---- PROVIDED INFORMATION

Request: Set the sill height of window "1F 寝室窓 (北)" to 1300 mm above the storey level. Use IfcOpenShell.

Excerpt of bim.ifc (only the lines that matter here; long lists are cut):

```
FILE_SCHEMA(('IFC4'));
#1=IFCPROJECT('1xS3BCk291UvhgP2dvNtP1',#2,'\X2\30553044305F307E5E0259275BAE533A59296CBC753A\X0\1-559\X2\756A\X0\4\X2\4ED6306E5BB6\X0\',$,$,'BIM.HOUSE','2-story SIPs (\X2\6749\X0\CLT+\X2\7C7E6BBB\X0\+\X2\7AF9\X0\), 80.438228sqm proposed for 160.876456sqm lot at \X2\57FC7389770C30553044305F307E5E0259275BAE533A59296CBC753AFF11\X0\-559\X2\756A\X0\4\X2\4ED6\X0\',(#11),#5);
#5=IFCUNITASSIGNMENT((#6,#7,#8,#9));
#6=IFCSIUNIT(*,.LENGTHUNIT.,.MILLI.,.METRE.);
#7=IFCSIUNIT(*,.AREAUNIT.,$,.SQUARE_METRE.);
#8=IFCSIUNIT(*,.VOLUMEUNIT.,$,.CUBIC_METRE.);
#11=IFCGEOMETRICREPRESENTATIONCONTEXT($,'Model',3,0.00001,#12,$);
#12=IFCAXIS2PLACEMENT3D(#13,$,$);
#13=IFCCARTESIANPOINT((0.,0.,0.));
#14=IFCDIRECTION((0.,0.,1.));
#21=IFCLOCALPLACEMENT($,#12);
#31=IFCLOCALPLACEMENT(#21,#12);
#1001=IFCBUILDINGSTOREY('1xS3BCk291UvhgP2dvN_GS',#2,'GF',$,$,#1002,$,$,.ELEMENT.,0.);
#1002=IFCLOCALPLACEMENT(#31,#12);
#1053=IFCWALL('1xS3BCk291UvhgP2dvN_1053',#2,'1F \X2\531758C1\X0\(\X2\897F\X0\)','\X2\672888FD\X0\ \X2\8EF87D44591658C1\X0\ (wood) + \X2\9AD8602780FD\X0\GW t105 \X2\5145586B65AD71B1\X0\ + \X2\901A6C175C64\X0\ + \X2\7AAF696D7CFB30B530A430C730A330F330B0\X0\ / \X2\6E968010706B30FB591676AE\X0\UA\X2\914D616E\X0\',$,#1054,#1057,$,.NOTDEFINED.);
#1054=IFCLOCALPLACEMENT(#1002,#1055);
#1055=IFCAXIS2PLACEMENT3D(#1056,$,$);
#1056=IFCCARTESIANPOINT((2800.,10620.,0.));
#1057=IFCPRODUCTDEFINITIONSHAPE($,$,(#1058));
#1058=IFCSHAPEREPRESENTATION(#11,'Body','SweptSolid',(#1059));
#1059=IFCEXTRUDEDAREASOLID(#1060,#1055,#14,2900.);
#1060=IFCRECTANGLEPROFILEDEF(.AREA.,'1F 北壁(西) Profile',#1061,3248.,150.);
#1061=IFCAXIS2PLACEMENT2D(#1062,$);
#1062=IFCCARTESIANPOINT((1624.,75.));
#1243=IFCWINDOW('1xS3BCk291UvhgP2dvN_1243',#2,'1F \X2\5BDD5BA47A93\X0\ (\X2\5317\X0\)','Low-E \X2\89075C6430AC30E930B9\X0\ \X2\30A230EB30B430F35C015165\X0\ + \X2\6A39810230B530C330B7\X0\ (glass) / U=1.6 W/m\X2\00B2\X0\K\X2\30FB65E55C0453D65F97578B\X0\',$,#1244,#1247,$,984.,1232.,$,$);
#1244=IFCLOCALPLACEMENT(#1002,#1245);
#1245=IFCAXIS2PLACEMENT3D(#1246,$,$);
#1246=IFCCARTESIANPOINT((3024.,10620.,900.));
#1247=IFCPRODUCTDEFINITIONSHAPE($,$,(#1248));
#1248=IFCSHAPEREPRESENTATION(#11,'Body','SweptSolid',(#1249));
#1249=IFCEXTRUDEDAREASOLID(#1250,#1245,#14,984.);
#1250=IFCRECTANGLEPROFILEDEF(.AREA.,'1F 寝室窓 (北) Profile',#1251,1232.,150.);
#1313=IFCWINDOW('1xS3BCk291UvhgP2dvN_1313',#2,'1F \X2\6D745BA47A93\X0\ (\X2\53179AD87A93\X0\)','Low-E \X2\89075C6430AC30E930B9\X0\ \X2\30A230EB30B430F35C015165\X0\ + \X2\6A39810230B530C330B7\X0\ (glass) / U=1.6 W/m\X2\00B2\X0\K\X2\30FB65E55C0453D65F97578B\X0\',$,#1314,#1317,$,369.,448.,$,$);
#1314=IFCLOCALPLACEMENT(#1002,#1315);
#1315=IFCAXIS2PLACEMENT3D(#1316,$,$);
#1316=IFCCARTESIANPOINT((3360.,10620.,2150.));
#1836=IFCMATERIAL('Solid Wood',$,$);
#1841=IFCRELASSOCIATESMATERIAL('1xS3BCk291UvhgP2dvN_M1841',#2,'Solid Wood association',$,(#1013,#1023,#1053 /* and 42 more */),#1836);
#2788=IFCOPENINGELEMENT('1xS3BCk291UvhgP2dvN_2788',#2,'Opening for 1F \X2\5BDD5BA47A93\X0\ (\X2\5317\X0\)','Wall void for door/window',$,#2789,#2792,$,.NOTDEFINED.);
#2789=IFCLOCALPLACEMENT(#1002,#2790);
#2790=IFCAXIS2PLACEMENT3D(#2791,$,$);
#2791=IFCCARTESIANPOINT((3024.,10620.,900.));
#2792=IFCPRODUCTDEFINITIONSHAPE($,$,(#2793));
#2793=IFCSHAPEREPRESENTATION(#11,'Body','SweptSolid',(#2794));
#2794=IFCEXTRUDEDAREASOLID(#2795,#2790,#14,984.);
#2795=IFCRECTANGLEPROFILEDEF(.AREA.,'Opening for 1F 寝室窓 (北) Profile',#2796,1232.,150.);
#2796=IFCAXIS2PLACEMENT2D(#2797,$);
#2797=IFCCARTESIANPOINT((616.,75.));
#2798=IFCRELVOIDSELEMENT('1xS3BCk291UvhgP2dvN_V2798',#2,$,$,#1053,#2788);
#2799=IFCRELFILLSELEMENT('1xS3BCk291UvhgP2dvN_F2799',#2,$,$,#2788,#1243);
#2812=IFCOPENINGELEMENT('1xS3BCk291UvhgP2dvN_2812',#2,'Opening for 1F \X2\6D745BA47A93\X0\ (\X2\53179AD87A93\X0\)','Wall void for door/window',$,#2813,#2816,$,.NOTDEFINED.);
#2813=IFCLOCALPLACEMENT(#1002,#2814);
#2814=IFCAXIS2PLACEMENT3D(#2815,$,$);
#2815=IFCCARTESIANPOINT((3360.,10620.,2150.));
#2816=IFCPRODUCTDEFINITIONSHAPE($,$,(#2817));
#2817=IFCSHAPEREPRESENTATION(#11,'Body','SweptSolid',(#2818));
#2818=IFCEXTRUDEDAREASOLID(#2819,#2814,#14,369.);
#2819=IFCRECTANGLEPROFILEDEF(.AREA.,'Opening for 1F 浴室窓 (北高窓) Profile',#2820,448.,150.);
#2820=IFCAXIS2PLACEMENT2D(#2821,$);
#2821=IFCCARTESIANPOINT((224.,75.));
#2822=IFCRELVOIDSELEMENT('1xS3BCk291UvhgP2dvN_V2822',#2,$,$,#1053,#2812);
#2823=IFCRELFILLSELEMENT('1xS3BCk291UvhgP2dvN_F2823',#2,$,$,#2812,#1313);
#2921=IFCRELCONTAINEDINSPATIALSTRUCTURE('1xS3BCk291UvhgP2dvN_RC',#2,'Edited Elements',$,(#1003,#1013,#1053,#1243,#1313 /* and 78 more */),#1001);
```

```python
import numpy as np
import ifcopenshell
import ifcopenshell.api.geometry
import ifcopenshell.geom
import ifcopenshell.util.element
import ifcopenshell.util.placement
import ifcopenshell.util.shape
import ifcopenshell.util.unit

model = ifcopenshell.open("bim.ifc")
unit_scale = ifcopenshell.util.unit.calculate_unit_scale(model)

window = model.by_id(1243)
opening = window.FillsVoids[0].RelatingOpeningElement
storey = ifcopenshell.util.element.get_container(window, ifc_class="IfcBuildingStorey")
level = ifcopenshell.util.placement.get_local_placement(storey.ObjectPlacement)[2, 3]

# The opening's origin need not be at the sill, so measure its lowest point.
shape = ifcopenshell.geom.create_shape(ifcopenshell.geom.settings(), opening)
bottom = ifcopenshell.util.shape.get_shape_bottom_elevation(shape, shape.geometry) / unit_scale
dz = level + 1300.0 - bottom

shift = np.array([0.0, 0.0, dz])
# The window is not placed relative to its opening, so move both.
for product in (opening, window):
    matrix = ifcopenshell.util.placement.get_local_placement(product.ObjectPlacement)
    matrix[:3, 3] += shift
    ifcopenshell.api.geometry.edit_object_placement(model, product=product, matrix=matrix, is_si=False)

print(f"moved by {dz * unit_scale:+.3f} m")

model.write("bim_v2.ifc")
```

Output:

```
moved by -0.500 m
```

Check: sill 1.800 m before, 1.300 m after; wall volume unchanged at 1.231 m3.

--------

**WORK ORDER:**
Write only the number of lines in the records that include the word "IFCSIUNIT".

**SOLUTION TO THIS EXERCISE:**
3